Quisiera acercarme a algunos problemas que me vengo planteando desde hace algunos
meses, y cuya insistencia en mi pensar se agudizó luego de la primera clase del diplomado-
seminario.
Tiene que ver con ciertas diferencias entre la comunicación animal y el lenguaje
humano. No trato de clasificar las múltiples diferencias de estos dos procesos, esto se
escapa a la intención de este trabajo. Veamos. He creído que una diferencia radical está en
relación a la verdad como Adaequatio, es decir, la correspondencia en el caso animal- a
diferencia del lenguaje humano- entre el objeto y la señal. Solía pensar que los animales no
mentían de forma deliberada. Por ejemplo, en el caso de las abejas que según tantos
estudios muestran un sistema de comunicación muy sofisticado, con rasgos incipientes de
representación y convención como lo señala Benveniste(1) estas están sometidas a la
Adaequattio, a una verdad inexorable del estímulo, ellas no mienten, además de que eso no
les serviría de nada, al menos que alguna de ellas tuviese intereses subterfugios e intentara
destronar a la reina como lo intentó Lucifer para dar el primer paso al nacimiento de la
humanidad. Pero eso es otro asunto, al que luego volveré.

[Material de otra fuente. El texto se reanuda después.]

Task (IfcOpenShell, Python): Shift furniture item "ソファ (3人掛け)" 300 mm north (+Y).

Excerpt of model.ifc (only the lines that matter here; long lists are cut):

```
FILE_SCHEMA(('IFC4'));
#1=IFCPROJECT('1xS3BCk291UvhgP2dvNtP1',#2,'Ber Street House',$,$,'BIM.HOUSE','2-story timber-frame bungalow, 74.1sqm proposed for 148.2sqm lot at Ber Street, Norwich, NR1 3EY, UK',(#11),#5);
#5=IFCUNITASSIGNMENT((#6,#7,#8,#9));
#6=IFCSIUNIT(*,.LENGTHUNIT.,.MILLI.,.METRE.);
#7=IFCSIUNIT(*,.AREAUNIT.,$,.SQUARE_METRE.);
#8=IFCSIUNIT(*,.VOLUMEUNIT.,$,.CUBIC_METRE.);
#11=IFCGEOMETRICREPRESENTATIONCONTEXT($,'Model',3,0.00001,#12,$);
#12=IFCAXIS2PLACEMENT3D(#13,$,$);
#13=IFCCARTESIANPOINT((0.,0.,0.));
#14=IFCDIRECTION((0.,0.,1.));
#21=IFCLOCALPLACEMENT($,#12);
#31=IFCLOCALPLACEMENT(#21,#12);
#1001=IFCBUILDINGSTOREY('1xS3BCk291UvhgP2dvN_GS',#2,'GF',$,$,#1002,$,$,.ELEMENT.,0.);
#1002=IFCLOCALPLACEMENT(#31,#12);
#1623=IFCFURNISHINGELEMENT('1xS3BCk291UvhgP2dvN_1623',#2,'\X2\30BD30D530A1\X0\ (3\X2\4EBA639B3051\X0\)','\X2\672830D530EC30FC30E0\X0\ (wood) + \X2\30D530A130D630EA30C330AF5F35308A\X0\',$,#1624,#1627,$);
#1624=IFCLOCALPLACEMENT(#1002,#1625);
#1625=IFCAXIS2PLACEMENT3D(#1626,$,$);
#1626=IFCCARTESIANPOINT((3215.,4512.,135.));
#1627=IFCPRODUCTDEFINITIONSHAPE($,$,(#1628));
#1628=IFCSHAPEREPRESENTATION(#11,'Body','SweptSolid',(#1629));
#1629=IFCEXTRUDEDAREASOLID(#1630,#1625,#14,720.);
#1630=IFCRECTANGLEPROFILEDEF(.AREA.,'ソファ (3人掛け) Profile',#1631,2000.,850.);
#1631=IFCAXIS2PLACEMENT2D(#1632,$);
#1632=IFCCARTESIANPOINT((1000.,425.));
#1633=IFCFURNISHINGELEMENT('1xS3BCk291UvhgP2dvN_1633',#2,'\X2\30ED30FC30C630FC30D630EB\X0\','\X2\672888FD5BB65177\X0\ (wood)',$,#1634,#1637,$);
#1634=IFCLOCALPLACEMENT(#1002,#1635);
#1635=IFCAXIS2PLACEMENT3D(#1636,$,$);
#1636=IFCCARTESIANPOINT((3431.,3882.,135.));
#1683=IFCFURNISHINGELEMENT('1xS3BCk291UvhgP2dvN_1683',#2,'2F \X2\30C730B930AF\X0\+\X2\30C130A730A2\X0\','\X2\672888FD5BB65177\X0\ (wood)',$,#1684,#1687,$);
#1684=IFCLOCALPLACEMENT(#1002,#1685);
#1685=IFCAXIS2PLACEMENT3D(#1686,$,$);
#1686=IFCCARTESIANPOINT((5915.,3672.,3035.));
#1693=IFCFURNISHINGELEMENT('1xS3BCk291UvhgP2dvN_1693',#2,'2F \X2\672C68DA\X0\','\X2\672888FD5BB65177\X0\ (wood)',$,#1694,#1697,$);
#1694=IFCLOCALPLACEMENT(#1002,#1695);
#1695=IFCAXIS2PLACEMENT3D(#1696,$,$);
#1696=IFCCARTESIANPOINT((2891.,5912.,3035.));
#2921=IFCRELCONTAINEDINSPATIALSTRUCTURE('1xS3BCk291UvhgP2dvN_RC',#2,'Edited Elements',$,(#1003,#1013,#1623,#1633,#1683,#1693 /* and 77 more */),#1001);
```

```python
import ifcopenshell
import ifcopenshell.api.geometry
import ifcopenshell.util.placement

model = ifcopenshell.open("model.ifc")

item = model.by_guid("1xS3BCk291UvhgP2dvN_1623")
matrix = ifcopenshell.util.placement.get_local_placement(item.ObjectPlacement)
matrix[1, 3] += 300.0
ifcopenshell.api.geometry.edit_object_placement(model, product=item, matrix=matrix, is_si=False)

print(ifcopenshell.util.placement.get_local_placement(item.ObjectPlacement).round(3) + 0.0)

model.write("model_edited.ifc")
```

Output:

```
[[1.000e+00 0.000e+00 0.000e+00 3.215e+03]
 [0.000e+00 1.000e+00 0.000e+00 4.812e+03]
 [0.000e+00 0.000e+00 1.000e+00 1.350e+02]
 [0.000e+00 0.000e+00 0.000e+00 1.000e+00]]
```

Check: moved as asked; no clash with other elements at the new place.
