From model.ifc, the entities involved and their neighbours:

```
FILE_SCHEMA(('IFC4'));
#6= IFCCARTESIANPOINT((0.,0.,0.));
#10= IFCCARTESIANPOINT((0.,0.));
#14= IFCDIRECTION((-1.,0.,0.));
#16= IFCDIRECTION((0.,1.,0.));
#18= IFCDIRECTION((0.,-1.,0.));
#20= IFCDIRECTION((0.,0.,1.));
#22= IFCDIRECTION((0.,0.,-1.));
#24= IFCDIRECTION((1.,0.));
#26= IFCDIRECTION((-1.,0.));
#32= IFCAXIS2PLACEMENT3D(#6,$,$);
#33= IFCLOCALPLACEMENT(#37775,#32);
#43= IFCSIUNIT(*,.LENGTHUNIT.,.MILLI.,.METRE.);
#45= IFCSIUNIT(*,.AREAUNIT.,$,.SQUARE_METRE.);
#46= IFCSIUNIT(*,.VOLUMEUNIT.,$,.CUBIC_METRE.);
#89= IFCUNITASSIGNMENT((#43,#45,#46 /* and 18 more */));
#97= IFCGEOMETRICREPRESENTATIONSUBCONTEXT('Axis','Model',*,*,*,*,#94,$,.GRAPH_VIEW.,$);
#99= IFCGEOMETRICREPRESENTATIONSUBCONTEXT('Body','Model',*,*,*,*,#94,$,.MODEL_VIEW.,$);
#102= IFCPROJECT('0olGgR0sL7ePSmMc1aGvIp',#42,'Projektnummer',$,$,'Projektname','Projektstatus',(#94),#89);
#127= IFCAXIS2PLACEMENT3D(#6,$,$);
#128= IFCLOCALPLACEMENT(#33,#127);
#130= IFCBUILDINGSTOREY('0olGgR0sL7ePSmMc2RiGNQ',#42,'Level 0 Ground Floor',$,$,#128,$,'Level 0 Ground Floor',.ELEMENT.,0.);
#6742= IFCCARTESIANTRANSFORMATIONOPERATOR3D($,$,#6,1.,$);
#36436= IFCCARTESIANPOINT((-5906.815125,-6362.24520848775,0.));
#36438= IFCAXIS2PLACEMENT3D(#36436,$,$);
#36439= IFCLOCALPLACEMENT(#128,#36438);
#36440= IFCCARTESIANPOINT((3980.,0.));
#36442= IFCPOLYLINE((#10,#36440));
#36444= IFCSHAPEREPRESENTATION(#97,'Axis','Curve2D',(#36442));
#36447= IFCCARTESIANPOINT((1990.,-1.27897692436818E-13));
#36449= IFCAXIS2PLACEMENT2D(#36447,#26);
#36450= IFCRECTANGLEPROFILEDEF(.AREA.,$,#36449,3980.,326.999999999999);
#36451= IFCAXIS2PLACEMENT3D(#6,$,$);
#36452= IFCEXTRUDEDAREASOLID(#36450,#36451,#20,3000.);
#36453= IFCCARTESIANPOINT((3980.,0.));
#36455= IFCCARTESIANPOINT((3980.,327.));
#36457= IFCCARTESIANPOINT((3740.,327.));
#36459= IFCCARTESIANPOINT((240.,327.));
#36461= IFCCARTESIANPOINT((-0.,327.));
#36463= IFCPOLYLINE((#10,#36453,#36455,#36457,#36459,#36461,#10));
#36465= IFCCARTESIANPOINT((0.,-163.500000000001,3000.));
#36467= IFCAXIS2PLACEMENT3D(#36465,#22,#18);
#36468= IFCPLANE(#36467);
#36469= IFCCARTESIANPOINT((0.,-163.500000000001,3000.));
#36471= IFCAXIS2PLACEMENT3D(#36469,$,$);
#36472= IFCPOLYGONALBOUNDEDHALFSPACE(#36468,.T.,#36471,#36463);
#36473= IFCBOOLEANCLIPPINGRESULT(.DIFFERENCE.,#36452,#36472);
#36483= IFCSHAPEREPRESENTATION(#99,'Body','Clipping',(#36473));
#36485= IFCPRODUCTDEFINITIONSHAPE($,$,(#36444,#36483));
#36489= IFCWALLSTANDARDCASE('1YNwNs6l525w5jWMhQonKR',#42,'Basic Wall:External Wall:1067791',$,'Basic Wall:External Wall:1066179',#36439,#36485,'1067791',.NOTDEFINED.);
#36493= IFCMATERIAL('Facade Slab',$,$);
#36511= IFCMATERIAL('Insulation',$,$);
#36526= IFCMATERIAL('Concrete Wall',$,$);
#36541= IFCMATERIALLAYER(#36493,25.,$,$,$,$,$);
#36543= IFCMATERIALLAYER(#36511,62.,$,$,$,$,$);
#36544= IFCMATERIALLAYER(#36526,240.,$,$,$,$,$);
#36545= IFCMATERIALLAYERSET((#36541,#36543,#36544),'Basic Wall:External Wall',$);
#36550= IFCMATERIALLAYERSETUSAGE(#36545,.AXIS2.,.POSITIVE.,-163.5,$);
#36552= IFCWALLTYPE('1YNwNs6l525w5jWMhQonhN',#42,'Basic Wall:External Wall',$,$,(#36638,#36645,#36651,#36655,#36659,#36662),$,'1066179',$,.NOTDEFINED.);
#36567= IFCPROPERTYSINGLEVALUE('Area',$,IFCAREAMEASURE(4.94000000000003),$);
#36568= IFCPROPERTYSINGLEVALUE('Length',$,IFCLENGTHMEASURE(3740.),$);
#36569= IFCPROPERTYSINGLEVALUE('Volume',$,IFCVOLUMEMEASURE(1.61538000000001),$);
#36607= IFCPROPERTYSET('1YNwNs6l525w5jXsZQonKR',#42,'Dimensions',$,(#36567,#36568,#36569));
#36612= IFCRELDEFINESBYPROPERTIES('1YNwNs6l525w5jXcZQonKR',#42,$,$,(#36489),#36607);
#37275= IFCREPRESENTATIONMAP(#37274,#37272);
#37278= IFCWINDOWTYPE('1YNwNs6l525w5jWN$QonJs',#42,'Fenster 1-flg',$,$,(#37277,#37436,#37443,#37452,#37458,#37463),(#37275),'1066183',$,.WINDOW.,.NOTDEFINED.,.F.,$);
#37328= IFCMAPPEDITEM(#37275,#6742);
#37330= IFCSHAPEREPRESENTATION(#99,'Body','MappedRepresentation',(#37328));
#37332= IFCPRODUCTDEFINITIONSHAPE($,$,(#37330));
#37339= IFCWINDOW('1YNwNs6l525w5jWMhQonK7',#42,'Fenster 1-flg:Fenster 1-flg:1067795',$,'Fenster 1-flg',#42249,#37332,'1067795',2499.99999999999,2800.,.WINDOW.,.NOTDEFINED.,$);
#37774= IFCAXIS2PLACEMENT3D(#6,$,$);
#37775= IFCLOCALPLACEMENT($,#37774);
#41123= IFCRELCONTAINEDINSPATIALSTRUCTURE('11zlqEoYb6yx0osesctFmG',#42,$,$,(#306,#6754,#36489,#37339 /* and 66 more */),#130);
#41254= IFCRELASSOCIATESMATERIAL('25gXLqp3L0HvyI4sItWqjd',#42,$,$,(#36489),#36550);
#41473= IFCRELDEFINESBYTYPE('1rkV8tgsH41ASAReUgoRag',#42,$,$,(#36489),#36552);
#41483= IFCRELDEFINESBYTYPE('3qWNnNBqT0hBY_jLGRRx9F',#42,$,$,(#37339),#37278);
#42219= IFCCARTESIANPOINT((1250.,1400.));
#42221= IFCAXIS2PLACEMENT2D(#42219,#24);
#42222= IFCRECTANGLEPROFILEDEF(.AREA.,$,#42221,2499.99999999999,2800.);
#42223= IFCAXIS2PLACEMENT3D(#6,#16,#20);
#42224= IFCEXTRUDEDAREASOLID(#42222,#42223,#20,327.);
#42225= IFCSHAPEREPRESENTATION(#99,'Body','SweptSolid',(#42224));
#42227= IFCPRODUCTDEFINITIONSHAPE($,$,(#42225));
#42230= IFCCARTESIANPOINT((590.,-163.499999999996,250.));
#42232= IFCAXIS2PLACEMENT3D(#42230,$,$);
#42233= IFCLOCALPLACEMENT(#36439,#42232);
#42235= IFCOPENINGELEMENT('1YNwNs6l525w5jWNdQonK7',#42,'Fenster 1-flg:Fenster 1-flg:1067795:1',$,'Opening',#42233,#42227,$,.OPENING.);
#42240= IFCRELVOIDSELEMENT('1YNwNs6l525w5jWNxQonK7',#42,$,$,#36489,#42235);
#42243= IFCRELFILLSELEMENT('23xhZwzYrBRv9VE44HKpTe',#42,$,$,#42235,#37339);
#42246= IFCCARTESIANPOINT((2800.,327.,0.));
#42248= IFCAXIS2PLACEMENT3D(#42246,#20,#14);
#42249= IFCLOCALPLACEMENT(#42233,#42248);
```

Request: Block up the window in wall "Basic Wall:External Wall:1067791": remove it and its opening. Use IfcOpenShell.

```python
import ifcopenshell
import ifcopenshell.api.feature
import ifcopenshell.api.pset
import ifcopenshell.api.root
import ifcopenshell.geom
import ifcopenshell.util.element
import ifcopenshell.util.shape
import ifcopenshell.util.unit

model = ifcopenshell.open("model.ifc")
area_scale = ifcopenshell.util.unit.calculate_unit_scale(model, "AREAUNIT")
volume_scale = ifcopenshell.util.unit.calculate_unit_scale(model, "VOLUMEUNIT")
settings = ifcopenshell.geom.settings()


def volume(element):
    """Net volume in cubic metres, openings subtracted."""
    shape = ifcopenshell.geom.create_shape(settings, element)
    return ifcopenshell.util.shape.get_volume(shape.geometry)


window = model.by_guid("1YNwNs6l525w5jWMhQonK7")
opening = window.FillsVoids[0].RelatingOpeningElement
wall = opening.VoidsElements[0].RelatingBuildingElement
before = volume(wall)

ifcopenshell.api.root.remove_product(model, product=window)
ifcopenshell.api.feature.remove_feature(model, feature=opening)

after = volume(wall)
thickness = 0.327  # wall thickness in metres

# Update the wall's stored quantities.
pset = model.by_id(ifcopenshell.util.element.get_pset(wall, "Dimensions", should_inherit=False)["id"])
ifcopenshell.api.pset.edit_pset(model, pset=pset, properties={
    "Area": model.create_entity("IfcAreaMeasure", after / thickness / area_scale),
    "Volume": model.create_entity("IfcVolumeMeasure", after / volume_scale),
})

print(f"wall volume {before:.3f} -> {after:.3f} m3")

model.write("model_rev.ifc")
```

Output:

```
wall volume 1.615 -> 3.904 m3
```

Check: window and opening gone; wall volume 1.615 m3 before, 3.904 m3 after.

Es decir, creo que las mentiras deliberadas en lo cotidiano de la vida animal tal vez sean
solo una excepción, como lo es el caso descrito en la revista The New Scientist (2) donde
un mandril que es perseguido por su madre para ser “castigado” realiza un gesto particular,
se detiene a mirar el horizonte con atención, y el resto del grupo se prepara para recibir un
intruso que no está. Acá lo interesante, es que se produce una ruptura del lazo entre el
objeto y la señal, como sucede en el lenguaje humano donde sabemos, el objeto está
ausente, la verdad de la cosa muestra signos de enfermedad, se tambalea. Esto es lo que yo
he preferido llamar, un rasgo incipiente de cultura. Richard Byrne y Nadia Corp atribuyen
este hecho al tamaño del cerebro, esto puede ser cierto, pues como lo menciona Kristeva (3)
el lenguaje aunque es una función social, solo es posible gracias al funcionamiento
biológico. Pero aquí el problema que nos increpa es otro, que va más allá de la causa, tiene
que ver con lo que he llamado “un rasgo incipiente de cultura”, es decir, ciertas
transgresiones del orden natural que se producen en algunos animales. Dice Levi-Strauss:
“…los humanos, por estar habitados por este lenguaje, en lugar de tener pautado por
esa fuerza llamada instinto el encuentro con el objeto, vivimos des-orientados, no
sabemos qué hacer. Por ej: ¿qué chiquito (y no digo un bebé), qué chiquito sabría qué
comida tiene que comer para no enfermarse? Recuerden sus adolescencias: cuántas
veces la mamá tenía que decirles “ché, ponete un pull-over que hace frío”. Ningún
animal tiene necesidad que le digan abrigate, comé, bañate. Nunca se vió a una mamá
gato diciéndole a un gatito “pasate la lenguita y limpiate un poco que tenés las orejas
sucias”.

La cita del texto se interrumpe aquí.